**Given data:**

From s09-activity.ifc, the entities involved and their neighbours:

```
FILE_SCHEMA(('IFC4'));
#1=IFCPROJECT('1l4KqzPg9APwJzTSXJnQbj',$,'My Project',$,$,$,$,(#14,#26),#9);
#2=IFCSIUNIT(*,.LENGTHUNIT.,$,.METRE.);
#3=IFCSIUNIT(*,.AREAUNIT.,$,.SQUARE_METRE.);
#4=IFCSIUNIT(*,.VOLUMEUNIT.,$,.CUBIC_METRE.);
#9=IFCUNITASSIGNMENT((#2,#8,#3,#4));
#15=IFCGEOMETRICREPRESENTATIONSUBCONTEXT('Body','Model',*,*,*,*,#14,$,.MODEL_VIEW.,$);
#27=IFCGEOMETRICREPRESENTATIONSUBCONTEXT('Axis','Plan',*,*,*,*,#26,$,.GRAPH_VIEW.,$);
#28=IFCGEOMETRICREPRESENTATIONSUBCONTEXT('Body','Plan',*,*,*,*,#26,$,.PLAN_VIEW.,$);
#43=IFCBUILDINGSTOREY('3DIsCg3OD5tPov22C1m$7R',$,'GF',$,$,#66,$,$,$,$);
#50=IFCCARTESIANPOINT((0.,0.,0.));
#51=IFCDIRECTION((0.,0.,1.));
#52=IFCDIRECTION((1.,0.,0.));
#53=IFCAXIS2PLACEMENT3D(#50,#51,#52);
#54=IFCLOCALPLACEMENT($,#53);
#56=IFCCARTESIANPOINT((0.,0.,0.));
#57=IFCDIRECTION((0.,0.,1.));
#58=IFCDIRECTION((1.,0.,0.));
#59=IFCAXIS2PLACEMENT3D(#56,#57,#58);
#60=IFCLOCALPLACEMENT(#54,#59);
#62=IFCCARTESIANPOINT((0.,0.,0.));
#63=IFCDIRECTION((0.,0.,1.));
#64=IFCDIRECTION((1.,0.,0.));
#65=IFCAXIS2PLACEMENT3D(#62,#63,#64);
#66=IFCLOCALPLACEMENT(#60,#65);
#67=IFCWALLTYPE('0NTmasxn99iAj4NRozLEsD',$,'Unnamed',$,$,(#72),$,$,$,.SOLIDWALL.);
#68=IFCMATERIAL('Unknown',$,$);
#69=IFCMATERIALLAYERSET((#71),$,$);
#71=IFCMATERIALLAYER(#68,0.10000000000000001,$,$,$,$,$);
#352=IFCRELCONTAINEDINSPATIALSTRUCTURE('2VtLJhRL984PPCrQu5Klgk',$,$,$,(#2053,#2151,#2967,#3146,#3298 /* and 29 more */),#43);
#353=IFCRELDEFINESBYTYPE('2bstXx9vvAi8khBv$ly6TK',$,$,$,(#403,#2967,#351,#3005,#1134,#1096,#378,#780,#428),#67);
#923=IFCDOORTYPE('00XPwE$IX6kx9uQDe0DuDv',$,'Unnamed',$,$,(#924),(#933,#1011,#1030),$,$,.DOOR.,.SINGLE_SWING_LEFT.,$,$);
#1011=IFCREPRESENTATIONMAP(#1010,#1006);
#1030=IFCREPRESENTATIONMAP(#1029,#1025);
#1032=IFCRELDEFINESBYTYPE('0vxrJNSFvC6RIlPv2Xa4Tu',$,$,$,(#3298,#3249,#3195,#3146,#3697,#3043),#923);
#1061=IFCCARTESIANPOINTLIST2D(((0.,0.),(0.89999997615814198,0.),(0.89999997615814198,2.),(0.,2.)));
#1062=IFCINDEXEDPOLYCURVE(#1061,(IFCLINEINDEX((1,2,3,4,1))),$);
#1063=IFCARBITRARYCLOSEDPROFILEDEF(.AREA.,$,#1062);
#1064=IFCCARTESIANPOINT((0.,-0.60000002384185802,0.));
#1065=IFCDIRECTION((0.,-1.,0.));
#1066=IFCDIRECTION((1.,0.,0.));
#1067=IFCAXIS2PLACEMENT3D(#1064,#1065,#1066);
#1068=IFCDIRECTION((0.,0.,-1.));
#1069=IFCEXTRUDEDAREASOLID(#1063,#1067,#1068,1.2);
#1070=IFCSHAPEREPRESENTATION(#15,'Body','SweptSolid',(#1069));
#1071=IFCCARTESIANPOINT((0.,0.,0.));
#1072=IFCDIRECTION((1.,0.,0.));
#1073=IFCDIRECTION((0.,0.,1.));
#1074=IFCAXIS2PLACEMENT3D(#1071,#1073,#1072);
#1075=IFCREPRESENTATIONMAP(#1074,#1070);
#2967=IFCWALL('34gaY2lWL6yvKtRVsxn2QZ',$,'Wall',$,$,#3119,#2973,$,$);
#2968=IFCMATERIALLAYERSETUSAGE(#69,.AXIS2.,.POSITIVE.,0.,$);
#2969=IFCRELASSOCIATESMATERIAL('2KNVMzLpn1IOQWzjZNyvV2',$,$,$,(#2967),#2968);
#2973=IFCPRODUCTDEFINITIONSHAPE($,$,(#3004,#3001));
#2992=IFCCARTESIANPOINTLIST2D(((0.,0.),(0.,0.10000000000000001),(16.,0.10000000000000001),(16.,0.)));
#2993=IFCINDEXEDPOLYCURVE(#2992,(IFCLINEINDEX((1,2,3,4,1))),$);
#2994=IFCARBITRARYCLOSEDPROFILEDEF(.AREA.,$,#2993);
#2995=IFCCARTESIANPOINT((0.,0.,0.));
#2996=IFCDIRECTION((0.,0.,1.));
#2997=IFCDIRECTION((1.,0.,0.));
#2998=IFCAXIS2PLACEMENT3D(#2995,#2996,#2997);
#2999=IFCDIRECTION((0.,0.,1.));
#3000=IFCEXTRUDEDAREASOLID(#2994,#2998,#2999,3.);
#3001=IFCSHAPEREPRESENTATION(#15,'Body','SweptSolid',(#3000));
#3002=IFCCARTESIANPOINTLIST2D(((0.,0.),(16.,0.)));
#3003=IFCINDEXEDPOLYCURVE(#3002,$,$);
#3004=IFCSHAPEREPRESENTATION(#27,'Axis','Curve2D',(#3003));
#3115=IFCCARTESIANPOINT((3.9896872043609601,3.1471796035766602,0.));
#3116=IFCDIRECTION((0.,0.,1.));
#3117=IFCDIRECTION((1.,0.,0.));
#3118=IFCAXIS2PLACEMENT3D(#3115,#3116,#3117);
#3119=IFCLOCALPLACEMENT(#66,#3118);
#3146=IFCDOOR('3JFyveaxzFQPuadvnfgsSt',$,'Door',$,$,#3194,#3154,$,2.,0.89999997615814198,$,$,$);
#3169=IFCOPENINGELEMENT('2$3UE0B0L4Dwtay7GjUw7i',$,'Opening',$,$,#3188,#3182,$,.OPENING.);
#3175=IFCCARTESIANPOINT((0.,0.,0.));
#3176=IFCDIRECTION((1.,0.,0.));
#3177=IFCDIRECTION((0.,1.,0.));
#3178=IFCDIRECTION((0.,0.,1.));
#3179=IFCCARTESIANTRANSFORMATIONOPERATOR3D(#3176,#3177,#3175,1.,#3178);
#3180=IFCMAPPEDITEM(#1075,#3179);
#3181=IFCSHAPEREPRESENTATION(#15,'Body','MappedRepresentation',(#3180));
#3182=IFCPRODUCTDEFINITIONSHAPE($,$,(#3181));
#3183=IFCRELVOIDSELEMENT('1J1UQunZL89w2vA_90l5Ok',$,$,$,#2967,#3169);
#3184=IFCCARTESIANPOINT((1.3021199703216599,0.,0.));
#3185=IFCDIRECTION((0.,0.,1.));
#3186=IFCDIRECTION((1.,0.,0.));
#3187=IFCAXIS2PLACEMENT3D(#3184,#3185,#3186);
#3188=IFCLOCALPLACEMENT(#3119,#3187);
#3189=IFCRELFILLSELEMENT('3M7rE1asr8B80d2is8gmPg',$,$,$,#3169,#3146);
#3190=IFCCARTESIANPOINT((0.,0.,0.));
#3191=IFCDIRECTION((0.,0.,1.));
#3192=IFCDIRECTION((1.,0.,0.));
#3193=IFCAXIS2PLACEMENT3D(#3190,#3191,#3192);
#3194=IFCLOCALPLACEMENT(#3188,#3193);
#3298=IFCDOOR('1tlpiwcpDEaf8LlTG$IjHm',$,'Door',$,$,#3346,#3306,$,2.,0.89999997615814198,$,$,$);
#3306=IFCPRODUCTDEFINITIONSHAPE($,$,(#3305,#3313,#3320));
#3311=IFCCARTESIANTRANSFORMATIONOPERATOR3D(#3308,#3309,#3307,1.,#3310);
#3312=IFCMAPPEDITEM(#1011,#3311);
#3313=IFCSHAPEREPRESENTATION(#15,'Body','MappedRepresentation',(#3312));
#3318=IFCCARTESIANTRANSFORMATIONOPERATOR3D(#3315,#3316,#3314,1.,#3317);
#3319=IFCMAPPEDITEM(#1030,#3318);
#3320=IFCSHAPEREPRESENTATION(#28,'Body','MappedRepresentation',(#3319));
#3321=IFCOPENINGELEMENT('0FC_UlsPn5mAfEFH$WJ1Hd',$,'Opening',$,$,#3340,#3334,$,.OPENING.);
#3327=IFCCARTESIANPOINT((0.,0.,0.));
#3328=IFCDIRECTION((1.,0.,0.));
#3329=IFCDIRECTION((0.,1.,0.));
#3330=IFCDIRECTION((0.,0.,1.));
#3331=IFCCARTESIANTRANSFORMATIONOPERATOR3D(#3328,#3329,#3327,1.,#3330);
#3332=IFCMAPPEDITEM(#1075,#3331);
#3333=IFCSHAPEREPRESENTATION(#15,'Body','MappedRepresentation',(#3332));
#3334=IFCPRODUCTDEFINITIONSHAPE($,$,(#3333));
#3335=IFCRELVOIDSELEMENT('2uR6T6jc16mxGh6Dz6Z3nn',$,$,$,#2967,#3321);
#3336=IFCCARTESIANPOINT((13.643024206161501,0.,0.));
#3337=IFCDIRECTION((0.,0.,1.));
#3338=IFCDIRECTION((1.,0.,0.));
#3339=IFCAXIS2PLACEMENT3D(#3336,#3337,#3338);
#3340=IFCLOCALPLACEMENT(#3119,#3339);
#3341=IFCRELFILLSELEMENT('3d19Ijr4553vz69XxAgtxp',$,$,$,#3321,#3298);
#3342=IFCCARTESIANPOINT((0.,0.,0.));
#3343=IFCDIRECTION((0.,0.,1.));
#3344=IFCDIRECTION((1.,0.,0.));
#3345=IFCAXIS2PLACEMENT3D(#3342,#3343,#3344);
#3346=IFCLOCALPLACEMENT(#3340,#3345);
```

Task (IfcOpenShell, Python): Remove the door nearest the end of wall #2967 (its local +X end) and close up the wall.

```python
import ifcopenshell
import ifcopenshell.api.feature
import ifcopenshell.api.root
import ifcopenshell.geom
import ifcopenshell.util.shape

model = ifcopenshell.open("s09-activity.ifc")
settings = ifcopenshell.geom.settings()


def volume(element):
    """Net volume in cubic metres, openings subtracted."""
    shape = ifcopenshell.geom.create_shape(settings, element)
    return ifcopenshell.util.shape.get_volume(shape.geometry)


door = model.by_guid("1tlpiwcpDEaf8LlTG$IjHm")
opening = door.FillsVoids[0].RelatingOpeningElement
wall = opening.VoidsElements[0].RelatingBuildingElement
before = volume(wall)

ifcopenshell.api.root.remove_product(model, product=door)
ifcopenshell.api.feature.remove_feature(model, feature=opening)

after = volume(wall)

print(f"wall volume {before:.3f} -> {after:.3f} m3")

model.write("s09-activity-out.ifc")
```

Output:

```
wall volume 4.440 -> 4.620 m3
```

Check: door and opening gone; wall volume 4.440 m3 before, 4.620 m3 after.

**Task requirements:**
What must be returned is only the number of lines in the records that hold the word "IFCRELVOIDSELEMENT".

**Answer to the exercise:**
2